Distinctive roles of speakers. Counseling conversations are goal-oriented with the aim to produce positive counseling outcomes, and the two speakers have distinctive roles. The client gives objective information about themselves and subjective experiences and feelings to the counselor to appeal the problems they are suffering from. Then the counselor establishes a therapeutic relationship with the client and elicits various strategies to induce psychological changes in the client. These distinct roles of the conversational participants distinguish counseling conversations from non-goal oriented open-domain response generation modeling.

Multiple utterances in a turn. We define an utterance as a single text bubble. Counselors and clients can generate multiple utterances in a turn. Especially in a client turn, various information not to be missed by a counselor may occur across multiple utterances. Thus, we treat every utterance separately, as shown in Fig. 1

Figure 1: Translated example conversation between a counselor and a client. Each turn can have multiple utterances, and we annotate the client turn at the utterance-level. Blue box indicates 1) Counselor’s utterance, green is 2) Client’s context utterance, and yellow is 3) Client’s target utterance. The annotation for the last client utterance is ”appealing problem”.

3.2 Collected Dataset

Total dialogues. We collect counseling dialogues of clients with their corresponding professional counselors from Korean text-based online counseling platform Trost. 111https://www.trost.co.kr/ Overall, we use 1,448 counseling dialogues which are anonymized before researchers obtain access to the data, by removing personally identifiable information in the dialogues. All meta-data of the dialogues are not provided to the researchers, and named entities such as client’s and counselor’s names are replaced with random numeric identifiers. The research process including data anonymization and pre-processing is validated by the KAIST Institutional Review Board (IRB).

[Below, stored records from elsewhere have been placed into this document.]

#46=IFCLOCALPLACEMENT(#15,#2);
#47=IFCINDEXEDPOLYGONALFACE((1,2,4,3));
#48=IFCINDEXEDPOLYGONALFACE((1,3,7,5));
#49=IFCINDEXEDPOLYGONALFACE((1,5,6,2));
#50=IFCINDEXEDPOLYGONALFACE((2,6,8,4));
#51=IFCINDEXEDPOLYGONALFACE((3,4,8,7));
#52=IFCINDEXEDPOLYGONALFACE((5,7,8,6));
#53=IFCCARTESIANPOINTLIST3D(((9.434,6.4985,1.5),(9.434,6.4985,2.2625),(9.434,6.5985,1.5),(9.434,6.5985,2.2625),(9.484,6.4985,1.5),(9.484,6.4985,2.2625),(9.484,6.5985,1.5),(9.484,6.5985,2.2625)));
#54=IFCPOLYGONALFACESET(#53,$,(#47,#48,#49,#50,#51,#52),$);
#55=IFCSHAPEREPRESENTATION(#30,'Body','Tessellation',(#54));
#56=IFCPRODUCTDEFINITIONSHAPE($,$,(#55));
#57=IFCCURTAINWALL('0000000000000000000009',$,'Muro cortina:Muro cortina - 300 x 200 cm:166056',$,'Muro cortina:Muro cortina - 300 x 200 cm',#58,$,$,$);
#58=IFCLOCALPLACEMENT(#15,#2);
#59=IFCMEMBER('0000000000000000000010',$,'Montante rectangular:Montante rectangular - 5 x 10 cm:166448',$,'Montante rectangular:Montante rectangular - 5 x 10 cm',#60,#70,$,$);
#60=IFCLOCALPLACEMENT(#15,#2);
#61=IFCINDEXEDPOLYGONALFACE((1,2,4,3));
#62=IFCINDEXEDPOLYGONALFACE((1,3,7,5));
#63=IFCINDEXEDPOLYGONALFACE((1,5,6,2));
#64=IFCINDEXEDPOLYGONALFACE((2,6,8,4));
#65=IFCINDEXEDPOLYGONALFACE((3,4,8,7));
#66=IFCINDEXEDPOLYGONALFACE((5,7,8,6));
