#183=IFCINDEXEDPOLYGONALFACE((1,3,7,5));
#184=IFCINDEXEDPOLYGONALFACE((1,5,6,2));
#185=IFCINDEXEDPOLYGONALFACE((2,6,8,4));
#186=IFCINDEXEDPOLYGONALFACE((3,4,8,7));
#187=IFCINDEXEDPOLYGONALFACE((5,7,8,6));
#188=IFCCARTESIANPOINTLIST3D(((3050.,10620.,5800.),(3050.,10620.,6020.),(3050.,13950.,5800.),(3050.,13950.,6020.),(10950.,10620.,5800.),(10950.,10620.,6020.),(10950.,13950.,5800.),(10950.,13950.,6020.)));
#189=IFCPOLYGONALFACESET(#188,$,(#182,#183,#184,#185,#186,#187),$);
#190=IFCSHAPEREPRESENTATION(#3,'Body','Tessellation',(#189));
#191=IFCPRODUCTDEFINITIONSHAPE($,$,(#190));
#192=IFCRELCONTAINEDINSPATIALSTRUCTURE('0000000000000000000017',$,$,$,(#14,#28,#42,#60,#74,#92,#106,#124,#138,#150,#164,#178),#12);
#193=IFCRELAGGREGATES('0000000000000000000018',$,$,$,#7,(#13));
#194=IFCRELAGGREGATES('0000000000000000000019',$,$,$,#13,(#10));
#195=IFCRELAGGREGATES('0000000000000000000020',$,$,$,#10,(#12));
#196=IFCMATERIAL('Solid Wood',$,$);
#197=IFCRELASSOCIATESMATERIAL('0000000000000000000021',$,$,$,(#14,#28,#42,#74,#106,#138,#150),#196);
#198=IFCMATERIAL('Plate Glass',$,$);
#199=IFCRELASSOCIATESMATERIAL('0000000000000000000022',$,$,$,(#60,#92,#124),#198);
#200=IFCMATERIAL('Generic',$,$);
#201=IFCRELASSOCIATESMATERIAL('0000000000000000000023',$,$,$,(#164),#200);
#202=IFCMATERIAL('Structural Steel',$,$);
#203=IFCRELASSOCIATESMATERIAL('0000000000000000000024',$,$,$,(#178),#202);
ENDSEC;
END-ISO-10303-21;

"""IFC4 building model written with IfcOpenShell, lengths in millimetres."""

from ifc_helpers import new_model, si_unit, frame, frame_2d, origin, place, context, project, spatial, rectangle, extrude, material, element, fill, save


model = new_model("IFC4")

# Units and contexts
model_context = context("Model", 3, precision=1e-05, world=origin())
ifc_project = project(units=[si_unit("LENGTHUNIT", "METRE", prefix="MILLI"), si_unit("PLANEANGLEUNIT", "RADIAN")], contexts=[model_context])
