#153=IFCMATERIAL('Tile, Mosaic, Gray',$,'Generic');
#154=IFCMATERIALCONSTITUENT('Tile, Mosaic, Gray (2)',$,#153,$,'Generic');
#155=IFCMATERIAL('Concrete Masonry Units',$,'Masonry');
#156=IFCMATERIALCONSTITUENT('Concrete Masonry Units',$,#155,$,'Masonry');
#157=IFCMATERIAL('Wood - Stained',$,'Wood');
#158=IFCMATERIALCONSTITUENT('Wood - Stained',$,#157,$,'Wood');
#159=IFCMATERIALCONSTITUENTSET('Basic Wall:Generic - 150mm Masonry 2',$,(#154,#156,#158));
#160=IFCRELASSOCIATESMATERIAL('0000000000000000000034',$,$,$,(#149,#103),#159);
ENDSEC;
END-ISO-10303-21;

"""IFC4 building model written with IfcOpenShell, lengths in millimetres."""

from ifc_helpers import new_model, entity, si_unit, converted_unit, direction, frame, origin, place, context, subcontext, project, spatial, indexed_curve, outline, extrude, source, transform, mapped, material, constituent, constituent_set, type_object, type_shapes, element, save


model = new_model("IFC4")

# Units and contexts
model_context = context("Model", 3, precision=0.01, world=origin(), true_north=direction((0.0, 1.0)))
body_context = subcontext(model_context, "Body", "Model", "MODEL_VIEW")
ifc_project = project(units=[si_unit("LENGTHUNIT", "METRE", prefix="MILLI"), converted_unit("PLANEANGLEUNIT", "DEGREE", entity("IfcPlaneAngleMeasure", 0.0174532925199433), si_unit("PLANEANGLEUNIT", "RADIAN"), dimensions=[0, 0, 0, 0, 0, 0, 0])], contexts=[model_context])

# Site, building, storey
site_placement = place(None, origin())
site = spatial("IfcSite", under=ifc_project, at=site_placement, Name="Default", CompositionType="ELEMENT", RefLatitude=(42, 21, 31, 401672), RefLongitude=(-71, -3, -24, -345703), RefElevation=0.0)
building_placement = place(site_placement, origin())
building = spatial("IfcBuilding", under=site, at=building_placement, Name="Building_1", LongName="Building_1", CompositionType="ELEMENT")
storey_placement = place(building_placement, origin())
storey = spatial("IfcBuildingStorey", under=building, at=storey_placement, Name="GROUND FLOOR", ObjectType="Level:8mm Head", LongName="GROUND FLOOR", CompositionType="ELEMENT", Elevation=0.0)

Labeled Dialogues. We randomly choose and label 100 dialogues with the discovered five categories. Note that we only label client utterances. Based on these categories, five professional counselors annotated their own client’s every utterance in the conversations, as shown in Fig. 1. Note that each utterance can have multiple labels if it includes information across multiple categories.

Table. 2

shows the descriptive statistics of our labeled dataset. The first two rows present the average lengths of each utterance of counselors and clients in terms of words and characters, showing there is a small difference between the counselor utterance and the client utterance. On the other hand, the average number of utterances in a single counseling session differs; on average, clients write more utterances than counselors.

Counselor Client
Mean
Std.
Mean
Std.
# of words
6.26 6.25 5.91 14.62
# of chars
25.71 23.44 24.31 61.10
# of utters
163.2 236.97 238.72 578.49
Table 2: Descriptive statistics of labeled counseling dialogues.

3.3 Preprocessing

We intentionally leave in punctuations and emojis since they can help to infer the categories of the client utterances, treating them as separate tokens. Then we construct triples from the labeled dialogues consisting of 1) counselor’s utterances (blue in Fig. 1), 2) client’s context utterances (green), and 3) client’s target utterances to be categorized. (yellow)

We split the dataset into train, validation, and test sets. Table. 3 shows the number of triples in each set, showing factual information (Fact.) and psychological change (Chan.) categories appear less frequently than the others.

Train Valid Test # of labels
Fact. 817 140 172 1129
Anec. 5317 1180 1175 7726
Prob. 4728 1004 981 6713
Chan. 887 211 199 1297
Pros. 4570 964 961 6459
# of triples
14679 3166 3165 21100
Table 3: The number of triples (partner’s utterance, client’s context utterance, client’s target utterance) and corresponding labels for each set. Factual information (Fact.) and psychological change (Chan.) categories have less number of instances compared to the others.
Figure 2: ConvMFiT (Conversation Model Fine-Tuning) model architecture. We use a pre-trained conversation model using seq2seq models. The model is based on pre-trained counselor’s and client’s language models. (lower colored part) Then, we stack additional task-specific seq2seq layers and classification layers over the conversation model to learn specific features. Between the two layers, attention layer is added to enhance its interpretability.

4 Model

We introduce ConvMFiT (Conversation Model Fine-Tuning), fine-tuning pre-trained seq2seq based conversation model to classify the client’s utterances.

Background. Our corpus of 100 labeled conversations is not large enough to fully capture the linguistic patterns of the categories without external knowledge. The small size of the dataset is difficult to overcome because the labeling by professional counselors is costly. We found a potentially effective solution for a small labeled dataset by using pre-trained language models for various NLP tasks Ramachandran et al. (2017); Howard and Ruder (2018). Therefore, we focus on transferring knowledge from unlabeled in-domain dialogues as well as a general out-of-domain corpus.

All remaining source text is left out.